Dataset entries
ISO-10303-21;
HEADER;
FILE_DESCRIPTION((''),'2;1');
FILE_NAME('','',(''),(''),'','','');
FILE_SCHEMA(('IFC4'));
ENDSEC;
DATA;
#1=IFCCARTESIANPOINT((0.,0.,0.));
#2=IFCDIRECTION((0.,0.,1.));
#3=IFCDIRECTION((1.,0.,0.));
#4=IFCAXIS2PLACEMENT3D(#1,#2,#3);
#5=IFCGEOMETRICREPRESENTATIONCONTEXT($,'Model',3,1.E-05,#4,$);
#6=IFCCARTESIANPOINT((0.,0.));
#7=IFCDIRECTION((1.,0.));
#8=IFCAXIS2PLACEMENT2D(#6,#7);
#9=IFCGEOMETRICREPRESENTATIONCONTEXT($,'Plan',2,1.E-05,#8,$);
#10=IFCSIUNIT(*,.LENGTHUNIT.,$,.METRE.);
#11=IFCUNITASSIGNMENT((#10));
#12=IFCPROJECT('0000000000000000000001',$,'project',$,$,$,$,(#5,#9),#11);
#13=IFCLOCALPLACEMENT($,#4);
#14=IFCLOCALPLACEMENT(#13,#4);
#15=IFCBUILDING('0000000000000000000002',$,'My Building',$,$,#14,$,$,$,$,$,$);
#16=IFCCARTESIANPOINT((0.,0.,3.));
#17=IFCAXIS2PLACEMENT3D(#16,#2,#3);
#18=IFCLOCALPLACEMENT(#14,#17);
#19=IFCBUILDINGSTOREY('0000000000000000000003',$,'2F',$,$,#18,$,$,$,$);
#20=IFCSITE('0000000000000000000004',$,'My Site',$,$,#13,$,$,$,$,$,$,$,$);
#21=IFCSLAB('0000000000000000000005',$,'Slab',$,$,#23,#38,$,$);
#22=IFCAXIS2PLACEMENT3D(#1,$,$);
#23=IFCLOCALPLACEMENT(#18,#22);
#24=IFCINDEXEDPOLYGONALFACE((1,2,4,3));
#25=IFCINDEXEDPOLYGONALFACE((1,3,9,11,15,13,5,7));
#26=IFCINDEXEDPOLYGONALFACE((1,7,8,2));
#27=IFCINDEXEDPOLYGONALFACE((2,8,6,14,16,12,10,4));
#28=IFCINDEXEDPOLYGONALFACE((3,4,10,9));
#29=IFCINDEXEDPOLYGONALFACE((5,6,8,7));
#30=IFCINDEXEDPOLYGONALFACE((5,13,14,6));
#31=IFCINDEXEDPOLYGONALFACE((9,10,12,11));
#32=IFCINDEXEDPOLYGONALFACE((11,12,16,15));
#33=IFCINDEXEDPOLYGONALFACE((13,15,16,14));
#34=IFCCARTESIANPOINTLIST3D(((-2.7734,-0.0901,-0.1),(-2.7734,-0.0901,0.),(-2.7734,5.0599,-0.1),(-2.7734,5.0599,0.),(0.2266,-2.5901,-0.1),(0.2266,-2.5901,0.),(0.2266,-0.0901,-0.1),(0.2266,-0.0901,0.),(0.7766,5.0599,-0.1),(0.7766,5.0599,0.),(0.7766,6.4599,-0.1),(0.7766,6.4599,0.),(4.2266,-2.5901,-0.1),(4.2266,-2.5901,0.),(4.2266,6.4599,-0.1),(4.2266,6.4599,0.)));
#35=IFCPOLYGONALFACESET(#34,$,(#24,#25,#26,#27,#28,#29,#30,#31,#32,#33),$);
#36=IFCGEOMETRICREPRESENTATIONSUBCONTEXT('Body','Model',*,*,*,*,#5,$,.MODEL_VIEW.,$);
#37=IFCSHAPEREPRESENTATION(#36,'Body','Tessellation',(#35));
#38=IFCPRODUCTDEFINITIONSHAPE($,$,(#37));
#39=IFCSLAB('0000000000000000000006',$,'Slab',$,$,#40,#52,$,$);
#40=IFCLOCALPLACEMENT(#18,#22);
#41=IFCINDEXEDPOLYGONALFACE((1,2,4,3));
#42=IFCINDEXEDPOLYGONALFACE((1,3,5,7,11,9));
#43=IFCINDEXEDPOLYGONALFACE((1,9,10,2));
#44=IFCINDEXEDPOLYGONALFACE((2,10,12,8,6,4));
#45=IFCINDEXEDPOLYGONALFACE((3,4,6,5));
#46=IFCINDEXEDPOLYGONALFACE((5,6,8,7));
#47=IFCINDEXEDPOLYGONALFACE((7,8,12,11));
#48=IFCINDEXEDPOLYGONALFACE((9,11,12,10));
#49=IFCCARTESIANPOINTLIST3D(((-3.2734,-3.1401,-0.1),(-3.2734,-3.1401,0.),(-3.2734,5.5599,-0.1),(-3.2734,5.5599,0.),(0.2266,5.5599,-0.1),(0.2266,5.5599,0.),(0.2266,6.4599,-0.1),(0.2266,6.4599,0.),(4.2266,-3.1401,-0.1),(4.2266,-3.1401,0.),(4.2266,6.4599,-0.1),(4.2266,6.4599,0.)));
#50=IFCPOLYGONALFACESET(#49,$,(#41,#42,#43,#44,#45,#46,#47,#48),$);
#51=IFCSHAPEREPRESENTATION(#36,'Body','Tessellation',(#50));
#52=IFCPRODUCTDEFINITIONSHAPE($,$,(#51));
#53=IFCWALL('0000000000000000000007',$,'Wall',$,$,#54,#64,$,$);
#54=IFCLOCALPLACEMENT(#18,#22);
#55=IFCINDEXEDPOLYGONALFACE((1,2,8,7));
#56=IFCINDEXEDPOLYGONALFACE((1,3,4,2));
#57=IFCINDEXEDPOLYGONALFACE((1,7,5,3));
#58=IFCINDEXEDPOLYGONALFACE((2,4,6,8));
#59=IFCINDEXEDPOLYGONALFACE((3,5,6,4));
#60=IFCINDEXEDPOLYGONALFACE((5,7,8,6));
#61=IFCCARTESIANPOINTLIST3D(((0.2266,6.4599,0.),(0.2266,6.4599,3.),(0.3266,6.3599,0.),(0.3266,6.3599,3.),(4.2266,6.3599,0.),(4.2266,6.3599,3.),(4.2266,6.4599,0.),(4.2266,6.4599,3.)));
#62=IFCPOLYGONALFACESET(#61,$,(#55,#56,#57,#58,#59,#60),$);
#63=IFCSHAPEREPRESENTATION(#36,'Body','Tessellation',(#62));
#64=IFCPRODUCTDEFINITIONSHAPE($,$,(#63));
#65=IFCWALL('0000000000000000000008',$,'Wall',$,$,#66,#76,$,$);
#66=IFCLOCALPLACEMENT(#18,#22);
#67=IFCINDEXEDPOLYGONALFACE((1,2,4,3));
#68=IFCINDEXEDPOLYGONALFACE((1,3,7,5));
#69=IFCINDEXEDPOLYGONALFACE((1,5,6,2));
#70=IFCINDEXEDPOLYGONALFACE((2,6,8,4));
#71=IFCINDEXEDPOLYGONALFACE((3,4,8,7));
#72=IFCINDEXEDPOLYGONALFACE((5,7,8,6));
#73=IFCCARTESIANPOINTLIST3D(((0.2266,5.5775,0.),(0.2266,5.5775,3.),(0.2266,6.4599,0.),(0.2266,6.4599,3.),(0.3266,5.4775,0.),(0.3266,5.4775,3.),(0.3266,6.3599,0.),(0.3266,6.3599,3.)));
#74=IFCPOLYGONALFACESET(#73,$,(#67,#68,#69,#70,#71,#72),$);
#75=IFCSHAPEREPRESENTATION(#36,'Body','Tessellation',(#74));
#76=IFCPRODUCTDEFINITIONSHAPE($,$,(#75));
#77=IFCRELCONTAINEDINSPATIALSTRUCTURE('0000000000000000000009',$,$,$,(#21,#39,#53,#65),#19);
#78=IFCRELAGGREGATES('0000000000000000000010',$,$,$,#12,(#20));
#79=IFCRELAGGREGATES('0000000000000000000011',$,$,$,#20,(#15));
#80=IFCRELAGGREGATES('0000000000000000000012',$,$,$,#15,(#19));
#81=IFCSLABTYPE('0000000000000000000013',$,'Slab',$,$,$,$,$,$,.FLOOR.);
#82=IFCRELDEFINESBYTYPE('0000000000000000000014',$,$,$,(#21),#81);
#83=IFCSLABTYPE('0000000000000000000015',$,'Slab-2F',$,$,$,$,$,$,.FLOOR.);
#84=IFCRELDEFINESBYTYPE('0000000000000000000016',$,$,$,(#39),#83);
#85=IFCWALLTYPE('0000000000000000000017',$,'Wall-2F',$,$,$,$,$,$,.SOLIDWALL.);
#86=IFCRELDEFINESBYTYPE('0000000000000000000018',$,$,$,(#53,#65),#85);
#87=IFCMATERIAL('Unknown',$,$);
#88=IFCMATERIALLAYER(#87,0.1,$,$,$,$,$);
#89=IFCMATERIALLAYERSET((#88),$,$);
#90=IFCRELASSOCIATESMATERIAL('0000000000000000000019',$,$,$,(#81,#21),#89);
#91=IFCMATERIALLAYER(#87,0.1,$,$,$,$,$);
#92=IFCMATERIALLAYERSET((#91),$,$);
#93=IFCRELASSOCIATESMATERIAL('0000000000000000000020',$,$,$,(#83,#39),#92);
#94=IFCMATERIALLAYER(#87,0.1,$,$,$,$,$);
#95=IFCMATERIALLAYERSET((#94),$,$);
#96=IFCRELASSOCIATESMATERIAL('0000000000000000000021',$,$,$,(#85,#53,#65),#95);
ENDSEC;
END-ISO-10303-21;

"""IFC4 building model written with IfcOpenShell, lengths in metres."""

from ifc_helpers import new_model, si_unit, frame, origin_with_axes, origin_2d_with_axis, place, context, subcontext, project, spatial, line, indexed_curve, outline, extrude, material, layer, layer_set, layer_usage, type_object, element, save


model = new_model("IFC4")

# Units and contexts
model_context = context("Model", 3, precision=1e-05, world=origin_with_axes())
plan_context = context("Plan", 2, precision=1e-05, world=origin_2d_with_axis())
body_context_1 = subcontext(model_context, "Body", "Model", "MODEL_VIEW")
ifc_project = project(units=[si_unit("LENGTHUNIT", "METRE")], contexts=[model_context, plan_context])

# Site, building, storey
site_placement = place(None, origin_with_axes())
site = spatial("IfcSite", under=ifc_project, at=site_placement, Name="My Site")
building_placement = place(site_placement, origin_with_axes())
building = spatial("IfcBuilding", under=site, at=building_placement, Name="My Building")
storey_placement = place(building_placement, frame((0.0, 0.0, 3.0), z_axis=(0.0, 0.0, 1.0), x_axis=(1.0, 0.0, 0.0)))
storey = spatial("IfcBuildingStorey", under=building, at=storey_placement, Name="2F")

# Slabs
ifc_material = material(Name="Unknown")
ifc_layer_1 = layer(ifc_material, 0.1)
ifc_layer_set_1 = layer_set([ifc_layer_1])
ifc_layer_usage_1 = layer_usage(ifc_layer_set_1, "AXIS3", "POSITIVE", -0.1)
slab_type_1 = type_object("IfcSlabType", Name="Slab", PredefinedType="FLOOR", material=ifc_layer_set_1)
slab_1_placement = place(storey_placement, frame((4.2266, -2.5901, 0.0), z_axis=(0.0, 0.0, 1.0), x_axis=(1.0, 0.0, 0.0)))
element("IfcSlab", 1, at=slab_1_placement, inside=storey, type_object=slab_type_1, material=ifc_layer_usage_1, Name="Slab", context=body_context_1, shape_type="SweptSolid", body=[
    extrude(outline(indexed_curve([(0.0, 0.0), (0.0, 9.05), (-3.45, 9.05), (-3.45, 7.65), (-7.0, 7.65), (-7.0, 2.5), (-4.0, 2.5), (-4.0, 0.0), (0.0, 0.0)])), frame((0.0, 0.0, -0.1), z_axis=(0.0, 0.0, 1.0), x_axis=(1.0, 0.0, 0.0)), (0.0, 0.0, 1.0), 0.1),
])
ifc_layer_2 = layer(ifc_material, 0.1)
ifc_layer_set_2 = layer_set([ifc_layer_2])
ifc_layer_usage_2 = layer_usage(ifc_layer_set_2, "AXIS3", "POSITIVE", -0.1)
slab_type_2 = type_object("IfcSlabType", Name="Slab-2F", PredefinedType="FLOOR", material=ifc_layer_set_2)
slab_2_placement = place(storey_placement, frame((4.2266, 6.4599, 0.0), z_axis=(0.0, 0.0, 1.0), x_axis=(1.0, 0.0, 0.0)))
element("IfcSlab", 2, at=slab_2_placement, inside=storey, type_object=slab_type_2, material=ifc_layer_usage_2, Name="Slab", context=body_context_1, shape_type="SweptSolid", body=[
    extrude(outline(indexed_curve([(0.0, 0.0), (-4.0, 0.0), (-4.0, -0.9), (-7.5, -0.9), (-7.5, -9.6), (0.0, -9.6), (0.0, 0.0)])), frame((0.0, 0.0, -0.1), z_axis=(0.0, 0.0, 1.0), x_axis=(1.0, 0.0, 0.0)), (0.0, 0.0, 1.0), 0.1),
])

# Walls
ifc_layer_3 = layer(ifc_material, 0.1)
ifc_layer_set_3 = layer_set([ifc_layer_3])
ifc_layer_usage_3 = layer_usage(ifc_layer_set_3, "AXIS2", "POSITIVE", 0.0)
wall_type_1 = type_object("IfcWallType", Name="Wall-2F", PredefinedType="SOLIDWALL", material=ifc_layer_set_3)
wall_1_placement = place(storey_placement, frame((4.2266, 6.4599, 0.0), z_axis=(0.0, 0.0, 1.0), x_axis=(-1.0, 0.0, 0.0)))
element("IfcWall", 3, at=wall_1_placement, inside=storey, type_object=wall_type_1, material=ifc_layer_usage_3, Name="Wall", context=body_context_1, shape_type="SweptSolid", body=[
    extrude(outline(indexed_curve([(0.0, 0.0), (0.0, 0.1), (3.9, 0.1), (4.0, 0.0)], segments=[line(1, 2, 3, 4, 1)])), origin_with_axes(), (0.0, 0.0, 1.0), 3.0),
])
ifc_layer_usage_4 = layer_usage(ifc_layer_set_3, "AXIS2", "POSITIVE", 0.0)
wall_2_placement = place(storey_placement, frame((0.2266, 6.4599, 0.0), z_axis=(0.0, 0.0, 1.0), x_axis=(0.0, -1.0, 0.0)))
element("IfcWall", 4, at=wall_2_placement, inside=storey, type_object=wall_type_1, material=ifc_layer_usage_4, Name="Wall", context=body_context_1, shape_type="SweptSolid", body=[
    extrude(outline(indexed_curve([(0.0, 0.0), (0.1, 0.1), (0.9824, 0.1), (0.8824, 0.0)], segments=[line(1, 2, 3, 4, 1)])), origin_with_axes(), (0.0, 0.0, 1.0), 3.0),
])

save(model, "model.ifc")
---
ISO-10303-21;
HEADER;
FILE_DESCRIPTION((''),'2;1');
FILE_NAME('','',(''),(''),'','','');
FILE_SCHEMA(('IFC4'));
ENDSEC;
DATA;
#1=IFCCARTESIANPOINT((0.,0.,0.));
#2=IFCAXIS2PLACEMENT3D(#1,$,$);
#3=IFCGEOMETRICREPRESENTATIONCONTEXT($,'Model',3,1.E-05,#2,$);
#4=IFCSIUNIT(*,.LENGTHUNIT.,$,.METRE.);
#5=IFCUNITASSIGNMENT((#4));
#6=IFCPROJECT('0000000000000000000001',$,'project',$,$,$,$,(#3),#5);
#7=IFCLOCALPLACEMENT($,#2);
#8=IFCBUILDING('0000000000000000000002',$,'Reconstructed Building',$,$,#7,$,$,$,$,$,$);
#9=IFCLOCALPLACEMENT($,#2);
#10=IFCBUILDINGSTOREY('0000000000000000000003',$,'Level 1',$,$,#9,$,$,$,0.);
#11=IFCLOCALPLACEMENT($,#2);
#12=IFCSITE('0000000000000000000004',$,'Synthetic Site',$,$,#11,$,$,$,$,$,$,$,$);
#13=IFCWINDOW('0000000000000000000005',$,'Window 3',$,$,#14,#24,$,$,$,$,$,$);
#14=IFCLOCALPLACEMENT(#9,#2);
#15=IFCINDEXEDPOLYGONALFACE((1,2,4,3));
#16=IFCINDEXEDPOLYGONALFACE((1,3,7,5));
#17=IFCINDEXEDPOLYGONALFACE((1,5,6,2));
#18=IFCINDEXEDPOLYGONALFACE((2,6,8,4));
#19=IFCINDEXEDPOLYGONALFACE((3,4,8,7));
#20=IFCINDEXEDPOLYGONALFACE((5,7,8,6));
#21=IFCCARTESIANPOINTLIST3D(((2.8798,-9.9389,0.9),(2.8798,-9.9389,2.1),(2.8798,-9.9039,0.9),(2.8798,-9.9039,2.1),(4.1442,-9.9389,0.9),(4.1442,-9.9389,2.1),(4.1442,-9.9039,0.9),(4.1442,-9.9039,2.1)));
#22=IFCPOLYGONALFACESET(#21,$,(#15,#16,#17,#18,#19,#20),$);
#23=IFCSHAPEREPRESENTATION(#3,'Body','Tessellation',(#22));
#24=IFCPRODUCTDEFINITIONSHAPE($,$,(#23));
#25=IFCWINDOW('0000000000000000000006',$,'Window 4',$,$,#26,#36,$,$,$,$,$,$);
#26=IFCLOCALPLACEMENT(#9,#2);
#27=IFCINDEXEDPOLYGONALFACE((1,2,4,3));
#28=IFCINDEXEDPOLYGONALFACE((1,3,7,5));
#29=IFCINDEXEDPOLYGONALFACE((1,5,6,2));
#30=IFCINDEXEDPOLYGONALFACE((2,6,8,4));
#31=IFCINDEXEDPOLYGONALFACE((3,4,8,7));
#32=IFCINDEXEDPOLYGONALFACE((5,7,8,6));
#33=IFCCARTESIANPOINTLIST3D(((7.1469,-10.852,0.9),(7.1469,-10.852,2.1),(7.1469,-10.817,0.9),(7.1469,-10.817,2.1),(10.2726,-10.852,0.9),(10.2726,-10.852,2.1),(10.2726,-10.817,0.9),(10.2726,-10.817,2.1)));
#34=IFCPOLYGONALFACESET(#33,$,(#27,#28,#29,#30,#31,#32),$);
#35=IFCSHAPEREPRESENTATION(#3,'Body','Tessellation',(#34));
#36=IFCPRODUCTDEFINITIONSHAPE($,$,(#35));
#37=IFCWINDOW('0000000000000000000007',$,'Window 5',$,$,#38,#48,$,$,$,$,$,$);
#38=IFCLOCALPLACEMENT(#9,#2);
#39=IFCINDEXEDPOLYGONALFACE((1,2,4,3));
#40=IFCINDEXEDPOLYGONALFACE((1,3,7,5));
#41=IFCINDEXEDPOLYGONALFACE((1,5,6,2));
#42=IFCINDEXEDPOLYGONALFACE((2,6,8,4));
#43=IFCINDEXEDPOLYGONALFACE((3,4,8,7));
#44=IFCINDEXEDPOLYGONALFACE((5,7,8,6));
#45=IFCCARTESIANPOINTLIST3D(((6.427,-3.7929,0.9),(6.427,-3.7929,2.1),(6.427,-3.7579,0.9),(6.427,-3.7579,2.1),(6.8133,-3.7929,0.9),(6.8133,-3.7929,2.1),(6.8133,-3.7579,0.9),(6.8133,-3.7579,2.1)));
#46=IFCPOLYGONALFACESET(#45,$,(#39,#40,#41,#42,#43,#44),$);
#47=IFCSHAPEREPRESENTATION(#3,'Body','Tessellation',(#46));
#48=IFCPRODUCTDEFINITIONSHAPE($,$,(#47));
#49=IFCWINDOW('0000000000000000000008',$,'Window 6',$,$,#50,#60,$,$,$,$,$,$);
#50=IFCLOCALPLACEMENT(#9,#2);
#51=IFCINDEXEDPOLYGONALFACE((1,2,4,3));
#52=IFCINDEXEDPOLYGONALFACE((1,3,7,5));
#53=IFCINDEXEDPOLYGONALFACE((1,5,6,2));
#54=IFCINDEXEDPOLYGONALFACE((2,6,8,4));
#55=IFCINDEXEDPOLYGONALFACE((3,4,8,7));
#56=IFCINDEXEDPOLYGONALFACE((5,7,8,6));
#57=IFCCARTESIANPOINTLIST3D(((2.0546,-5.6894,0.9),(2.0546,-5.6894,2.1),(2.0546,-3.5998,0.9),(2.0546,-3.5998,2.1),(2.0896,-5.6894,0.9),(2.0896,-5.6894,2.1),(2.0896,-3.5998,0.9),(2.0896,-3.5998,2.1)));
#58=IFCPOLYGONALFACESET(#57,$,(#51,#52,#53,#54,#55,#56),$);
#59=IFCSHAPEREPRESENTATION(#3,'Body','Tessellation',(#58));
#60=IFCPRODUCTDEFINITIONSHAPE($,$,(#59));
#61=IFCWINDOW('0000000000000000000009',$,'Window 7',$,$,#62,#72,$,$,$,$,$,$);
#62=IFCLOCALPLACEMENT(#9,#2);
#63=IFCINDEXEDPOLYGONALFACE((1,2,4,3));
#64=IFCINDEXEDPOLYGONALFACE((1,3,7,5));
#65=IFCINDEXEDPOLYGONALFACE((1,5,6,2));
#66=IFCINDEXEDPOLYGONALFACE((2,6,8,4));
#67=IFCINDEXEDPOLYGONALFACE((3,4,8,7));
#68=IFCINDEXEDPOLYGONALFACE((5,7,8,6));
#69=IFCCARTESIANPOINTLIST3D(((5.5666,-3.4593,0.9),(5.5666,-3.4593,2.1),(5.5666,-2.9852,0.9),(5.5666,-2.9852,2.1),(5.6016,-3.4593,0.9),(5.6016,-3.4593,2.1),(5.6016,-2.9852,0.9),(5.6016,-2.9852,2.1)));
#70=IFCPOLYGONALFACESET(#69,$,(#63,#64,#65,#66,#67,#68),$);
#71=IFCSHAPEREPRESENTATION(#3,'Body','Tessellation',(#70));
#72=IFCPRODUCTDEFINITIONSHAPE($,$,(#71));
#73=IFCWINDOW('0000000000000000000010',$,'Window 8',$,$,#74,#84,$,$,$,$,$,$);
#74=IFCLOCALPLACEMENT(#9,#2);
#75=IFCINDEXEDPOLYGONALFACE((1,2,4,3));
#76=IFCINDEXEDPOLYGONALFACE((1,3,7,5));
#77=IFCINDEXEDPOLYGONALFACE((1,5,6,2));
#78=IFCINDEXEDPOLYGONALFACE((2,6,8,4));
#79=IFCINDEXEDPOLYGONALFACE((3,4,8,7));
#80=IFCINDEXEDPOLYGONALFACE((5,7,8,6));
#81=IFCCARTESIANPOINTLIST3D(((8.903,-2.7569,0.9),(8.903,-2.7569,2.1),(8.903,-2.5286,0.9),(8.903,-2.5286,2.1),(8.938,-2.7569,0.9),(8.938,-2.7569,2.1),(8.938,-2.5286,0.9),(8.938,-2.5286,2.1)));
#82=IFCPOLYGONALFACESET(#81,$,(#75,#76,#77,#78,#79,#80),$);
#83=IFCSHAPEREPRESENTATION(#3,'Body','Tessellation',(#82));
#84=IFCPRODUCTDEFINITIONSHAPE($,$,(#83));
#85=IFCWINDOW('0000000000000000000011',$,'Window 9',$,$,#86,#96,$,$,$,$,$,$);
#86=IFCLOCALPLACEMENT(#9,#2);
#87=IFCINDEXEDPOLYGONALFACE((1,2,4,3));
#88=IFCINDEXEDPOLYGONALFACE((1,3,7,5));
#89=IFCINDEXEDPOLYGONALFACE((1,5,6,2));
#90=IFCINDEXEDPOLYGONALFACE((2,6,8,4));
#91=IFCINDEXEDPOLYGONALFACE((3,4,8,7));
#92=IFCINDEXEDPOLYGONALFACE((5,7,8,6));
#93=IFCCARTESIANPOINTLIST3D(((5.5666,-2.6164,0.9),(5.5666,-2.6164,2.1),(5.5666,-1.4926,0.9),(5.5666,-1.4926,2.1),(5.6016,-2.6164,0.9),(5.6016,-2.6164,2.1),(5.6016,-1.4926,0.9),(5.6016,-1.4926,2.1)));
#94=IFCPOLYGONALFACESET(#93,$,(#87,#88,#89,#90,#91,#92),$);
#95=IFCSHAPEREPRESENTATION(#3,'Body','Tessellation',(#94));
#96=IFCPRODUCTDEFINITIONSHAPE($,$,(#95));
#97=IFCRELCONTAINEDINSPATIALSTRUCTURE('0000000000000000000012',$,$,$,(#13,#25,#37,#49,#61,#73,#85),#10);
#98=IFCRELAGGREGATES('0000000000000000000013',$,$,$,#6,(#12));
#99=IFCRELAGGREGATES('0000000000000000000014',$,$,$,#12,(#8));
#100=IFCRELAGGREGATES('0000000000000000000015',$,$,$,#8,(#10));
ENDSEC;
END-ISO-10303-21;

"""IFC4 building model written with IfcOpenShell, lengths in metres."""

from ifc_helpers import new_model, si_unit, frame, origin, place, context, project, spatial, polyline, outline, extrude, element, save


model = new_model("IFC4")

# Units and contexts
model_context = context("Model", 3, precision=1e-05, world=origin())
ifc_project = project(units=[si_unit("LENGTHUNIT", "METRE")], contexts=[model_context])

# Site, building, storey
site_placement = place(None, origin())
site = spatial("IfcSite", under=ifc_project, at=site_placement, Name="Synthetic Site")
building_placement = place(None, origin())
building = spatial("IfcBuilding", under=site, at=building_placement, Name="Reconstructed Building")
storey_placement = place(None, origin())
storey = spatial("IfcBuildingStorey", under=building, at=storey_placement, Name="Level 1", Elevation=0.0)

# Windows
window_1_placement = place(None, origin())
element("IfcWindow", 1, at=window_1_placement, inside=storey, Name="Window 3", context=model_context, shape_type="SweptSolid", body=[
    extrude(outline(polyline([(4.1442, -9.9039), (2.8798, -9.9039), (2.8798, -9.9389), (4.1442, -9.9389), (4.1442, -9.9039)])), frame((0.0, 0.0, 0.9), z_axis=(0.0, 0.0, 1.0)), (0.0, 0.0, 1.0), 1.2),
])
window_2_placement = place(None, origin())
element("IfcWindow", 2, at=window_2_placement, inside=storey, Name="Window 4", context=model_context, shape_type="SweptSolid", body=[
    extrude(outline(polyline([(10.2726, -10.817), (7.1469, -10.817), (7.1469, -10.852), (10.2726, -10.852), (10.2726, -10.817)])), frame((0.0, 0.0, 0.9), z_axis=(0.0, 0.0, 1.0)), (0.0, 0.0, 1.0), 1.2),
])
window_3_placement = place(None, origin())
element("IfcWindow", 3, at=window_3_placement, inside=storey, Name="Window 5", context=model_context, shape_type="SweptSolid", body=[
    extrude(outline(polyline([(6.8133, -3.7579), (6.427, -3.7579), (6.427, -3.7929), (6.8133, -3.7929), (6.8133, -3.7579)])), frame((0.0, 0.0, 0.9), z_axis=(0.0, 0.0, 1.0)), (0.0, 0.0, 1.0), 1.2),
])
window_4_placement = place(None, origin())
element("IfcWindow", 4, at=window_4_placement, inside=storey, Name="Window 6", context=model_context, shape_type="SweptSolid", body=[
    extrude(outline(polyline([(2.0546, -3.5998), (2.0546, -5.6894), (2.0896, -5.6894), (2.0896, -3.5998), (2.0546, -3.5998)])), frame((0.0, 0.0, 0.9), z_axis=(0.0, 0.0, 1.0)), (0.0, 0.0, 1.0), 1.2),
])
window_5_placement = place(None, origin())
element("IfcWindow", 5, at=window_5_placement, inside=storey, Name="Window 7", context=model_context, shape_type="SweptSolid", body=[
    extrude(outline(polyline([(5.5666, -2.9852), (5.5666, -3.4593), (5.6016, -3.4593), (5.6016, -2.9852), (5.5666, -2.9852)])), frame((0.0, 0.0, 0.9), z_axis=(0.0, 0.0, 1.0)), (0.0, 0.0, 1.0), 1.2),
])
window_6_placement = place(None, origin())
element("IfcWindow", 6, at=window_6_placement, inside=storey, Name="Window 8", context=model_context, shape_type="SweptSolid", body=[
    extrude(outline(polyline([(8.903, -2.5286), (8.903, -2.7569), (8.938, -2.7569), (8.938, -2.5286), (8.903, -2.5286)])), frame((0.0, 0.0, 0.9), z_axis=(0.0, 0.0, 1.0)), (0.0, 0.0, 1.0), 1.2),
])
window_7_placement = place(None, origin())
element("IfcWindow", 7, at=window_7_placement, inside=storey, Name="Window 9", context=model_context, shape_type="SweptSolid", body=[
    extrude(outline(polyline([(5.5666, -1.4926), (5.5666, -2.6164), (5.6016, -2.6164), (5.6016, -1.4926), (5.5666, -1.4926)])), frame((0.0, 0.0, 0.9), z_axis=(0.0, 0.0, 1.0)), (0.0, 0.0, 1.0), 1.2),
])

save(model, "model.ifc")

WHAT IS NEEDED => From the entries above, give again exactly the lines running from the line with "#22=IFCPOLYGONALFACESET(#21,$,(#15,#16,#17,#18,#19,#20),$);" to the line with "#26=IFCLOCALPLACEMENT(#9,#2);"; include both of those lines.

RESPONSE =>
#22=IFCPOLYGONALFACESET(#21,$,(#15,#16,#17,#18,#19,#20),$);
#23=IFCSHAPEREPRESENTATION(#3,'Body','Tessellation',(#22));
#24=IFCPRODUCTDEFINITIONSHAPE($,$,(#23));
#25=IFCWINDOW('0000000000000000000006',$,'Window 4',$,$,#26,#36,$,$,$,$,$,$);
#26=IFCLOCALPLACEMENT(#9,#2);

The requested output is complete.